### EXTRACTED RECORDS
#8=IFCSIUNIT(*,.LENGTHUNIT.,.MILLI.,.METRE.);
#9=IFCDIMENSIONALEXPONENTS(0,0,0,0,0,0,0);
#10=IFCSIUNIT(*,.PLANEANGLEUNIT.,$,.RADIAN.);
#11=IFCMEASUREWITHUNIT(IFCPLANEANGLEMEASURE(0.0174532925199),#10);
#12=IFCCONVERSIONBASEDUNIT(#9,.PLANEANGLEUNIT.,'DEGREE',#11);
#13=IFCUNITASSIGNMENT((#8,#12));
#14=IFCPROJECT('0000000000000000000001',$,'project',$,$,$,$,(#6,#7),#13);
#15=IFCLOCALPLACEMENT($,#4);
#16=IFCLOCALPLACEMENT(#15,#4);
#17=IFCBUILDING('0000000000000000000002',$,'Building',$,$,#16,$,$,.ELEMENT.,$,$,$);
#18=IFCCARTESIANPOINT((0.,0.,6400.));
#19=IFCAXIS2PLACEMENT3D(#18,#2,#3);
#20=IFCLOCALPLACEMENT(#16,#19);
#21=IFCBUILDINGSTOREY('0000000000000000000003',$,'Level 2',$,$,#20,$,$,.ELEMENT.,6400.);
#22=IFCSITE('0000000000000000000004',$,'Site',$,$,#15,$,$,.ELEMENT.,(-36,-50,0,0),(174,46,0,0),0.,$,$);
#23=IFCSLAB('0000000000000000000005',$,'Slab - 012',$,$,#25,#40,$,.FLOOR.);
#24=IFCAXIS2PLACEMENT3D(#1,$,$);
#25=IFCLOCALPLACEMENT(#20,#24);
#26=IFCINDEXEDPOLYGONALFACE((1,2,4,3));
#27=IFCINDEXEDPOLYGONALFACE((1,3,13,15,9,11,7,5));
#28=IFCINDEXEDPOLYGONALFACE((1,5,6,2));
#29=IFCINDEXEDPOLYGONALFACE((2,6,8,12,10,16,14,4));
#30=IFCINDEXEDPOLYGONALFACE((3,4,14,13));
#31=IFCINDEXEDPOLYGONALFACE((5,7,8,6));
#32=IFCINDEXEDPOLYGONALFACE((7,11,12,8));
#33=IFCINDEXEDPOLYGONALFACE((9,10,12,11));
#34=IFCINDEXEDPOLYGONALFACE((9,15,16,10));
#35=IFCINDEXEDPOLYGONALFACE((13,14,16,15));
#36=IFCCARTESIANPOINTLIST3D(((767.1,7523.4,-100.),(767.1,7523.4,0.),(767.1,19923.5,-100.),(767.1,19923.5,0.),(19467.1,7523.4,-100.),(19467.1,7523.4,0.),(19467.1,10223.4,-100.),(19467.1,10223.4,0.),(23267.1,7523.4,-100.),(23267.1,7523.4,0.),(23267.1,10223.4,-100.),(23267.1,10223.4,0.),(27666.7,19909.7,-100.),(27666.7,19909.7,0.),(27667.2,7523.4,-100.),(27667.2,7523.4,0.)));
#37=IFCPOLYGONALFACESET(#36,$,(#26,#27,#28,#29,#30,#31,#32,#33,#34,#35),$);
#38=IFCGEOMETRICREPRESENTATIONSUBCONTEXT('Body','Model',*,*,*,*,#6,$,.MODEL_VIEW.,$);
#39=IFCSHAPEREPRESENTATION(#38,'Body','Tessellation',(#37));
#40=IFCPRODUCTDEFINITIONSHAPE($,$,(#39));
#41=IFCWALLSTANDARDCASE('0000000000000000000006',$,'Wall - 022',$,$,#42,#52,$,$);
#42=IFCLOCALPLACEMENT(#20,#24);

### EXERCISE BRIEF
Every line above that holds the string "Body" should be returned.

### ANSWER TO THE PROBLEM
#38=IFCGEOMETRICREPRESENTATIONSUBCONTEXT('Body','Model',*,*,*,*,#6,$,.MODEL_VIEW.,$);
#39=IFCSHAPEREPRESENTATION(#38,'Body','Tessellation',(#37));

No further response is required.